Builds the decision tree from the training data.

- `X` (pandas.DataFrame): The input features.
- `y` (pandas.Series or numpy.ndarray): The target values.

#### `predict(self, X)`

Predicts the target values for the given input features.

- `X` (pandas.DataFrame): The input features for which to make predictions.

Returns:
- numpy.ndarray: The predicted target values.
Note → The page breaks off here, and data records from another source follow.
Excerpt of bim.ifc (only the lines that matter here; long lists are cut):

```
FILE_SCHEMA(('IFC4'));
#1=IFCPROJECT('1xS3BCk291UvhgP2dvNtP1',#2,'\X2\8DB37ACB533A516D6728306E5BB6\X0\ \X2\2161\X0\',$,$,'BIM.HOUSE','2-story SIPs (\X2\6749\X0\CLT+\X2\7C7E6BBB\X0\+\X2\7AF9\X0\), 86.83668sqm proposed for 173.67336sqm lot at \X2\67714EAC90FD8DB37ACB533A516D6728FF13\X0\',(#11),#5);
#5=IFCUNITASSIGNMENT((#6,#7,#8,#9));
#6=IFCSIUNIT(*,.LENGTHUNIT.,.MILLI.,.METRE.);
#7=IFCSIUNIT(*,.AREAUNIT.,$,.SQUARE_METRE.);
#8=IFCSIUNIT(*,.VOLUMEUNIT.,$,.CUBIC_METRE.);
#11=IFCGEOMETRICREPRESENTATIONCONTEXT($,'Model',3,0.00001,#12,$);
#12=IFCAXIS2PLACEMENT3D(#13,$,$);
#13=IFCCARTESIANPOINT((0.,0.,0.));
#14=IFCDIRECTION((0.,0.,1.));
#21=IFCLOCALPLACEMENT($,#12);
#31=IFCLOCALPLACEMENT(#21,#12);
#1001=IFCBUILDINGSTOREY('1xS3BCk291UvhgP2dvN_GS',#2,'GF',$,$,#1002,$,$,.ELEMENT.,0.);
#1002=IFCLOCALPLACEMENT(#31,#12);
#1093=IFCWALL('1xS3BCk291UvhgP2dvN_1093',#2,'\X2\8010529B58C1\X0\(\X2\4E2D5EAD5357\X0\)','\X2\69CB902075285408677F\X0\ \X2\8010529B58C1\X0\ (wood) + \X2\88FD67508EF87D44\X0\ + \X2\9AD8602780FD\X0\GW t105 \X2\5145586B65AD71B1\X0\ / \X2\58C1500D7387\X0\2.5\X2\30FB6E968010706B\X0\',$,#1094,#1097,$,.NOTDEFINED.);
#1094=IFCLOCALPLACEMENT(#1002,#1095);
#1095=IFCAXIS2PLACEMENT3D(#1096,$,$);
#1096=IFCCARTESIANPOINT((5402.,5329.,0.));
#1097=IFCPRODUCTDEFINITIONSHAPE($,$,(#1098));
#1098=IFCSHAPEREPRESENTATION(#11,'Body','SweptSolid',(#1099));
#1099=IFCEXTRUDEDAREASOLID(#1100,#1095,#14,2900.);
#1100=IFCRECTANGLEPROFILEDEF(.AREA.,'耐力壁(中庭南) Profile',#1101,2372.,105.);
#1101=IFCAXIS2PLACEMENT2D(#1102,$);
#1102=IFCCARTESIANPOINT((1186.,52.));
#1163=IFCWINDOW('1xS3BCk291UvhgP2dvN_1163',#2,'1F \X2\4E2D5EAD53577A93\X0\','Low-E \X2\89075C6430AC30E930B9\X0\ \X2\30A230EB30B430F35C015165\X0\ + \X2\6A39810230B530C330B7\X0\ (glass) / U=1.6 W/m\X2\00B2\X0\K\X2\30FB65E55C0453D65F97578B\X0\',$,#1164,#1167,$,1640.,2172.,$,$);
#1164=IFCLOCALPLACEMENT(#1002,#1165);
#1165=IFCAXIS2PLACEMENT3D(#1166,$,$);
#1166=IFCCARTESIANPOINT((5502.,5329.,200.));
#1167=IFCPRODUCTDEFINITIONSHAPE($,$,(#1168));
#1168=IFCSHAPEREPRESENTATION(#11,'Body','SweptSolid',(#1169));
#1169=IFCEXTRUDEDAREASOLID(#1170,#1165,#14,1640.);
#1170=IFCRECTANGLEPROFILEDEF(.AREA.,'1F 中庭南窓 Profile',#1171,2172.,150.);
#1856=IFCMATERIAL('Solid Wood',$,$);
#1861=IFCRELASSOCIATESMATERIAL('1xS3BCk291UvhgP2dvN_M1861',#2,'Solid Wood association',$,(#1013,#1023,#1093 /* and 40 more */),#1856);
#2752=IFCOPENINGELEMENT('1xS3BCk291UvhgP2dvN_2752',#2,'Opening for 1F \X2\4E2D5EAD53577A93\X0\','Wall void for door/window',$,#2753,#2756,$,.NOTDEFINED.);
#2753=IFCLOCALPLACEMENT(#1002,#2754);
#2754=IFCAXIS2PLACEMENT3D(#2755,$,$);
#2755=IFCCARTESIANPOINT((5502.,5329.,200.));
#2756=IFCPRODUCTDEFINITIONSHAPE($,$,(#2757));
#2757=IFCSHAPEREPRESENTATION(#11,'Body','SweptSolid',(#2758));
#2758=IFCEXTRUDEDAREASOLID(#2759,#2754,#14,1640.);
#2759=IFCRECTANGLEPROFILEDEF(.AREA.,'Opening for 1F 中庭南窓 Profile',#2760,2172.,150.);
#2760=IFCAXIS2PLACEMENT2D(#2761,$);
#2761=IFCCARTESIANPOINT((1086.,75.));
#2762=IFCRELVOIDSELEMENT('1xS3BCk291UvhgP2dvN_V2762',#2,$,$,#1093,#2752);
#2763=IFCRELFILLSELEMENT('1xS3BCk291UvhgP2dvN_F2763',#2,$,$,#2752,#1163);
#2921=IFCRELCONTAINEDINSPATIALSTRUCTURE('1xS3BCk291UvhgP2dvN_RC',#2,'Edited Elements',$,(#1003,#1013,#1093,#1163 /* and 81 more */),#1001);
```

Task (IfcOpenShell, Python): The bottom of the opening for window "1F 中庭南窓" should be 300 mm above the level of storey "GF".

```python
import numpy as np
import ifcopenshell
import ifcopenshell.api.geometry
import ifcopenshell.geom
import ifcopenshell.util.element
import ifcopenshell.util.placement
import ifcopenshell.util.shape
import ifcopenshell.util.unit

model = ifcopenshell.open("bim.ifc")
unit_scale = ifcopenshell.util.unit.calculate_unit_scale(model)

window = model.by_id(1163)
opening = window.FillsVoids[0].RelatingOpeningElement
storey = ifcopenshell.util.element.get_container(window, ifc_class="IfcBuildingStorey")
level = ifcopenshell.util.placement.get_local_placement(storey.ObjectPlacement)[2, 3]

# The opening's origin need not be at the sill, so measure its lowest point.
shape = ifcopenshell.geom.create_shape(ifcopenshell.geom.settings(), opening)
bottom = ifcopenshell.util.shape.get_shape_bottom_elevation(shape, shape.geometry) / unit_scale
dz = level + 0.3 / unit_scale - bottom

shift = np.array([0.0, 0.0, dz])
# The window is not placed relative to its opening, so move both.
for product in (opening, window):
    matrix = ifcopenshell.util.placement.get_local_placement(product.ObjectPlacement)
    matrix[:3, 3] += shift
    ifcopenshell.api.geometry.edit_object_placement(model, product=product, matrix=matrix, is_si=False)

print(f"moved by {dz * unit_scale:+.3f} m")

model.write("bim_edited.ifc")
```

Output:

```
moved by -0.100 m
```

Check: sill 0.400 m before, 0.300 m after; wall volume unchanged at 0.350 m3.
#### `print_tree(self, node=None, indent="")`

Prints the decision tree structure.

- `node` (Node, optional): The starting node. If None, starts from the root of the tree.
- `indent` (str, default=""): The indentation string for formatting the output.

### `Node` Class

Represents a node in the decision tree.

#### `__init__(self, attribute=None, label=None, branches=None)`

- `attribute` (str, optional): The attribute used for splitting at this node.
- `label` (any, optional): The predicted label if this is a leaf node.
- `branches` (dict, optional): A dictionary of child nodes, where keys are attribute values and values are Node objects.

<!-- Example usage -->
## Example

Here's a simple example of how to use the ID3 classifier:

```python
import pandas as pd
from id3_classifier import ID3

# Create a sample dataset
df = pd.DataFrame({
    'feature1': ['A', 'A', 'B', 'B'],
    'feature2': ['X', 'Y', 'X', 'Y'],
    'label': ['yes', 'no', 'yes', 'no']
})

X = df[['feature1', 'feature2']]
y = df['label']

# Create and train the model
model = ID3(max_depth=3, min_samples_split=2)
model.fit(X, y)

# Make predictions
predictions = model.predict(X)
print("Predictions:", predictions)

# Print the decision tree
print("\nDecision Tree:")
model.print_tree()
```

<!-- Contributing section -->
## Contributing

Contributions to this project are welcome! Please feel free to submit a Pull Request.

<!-- License information -->
## License

This project is licensed under the MIT License - see the [LICENSE](LICENSE) file for details.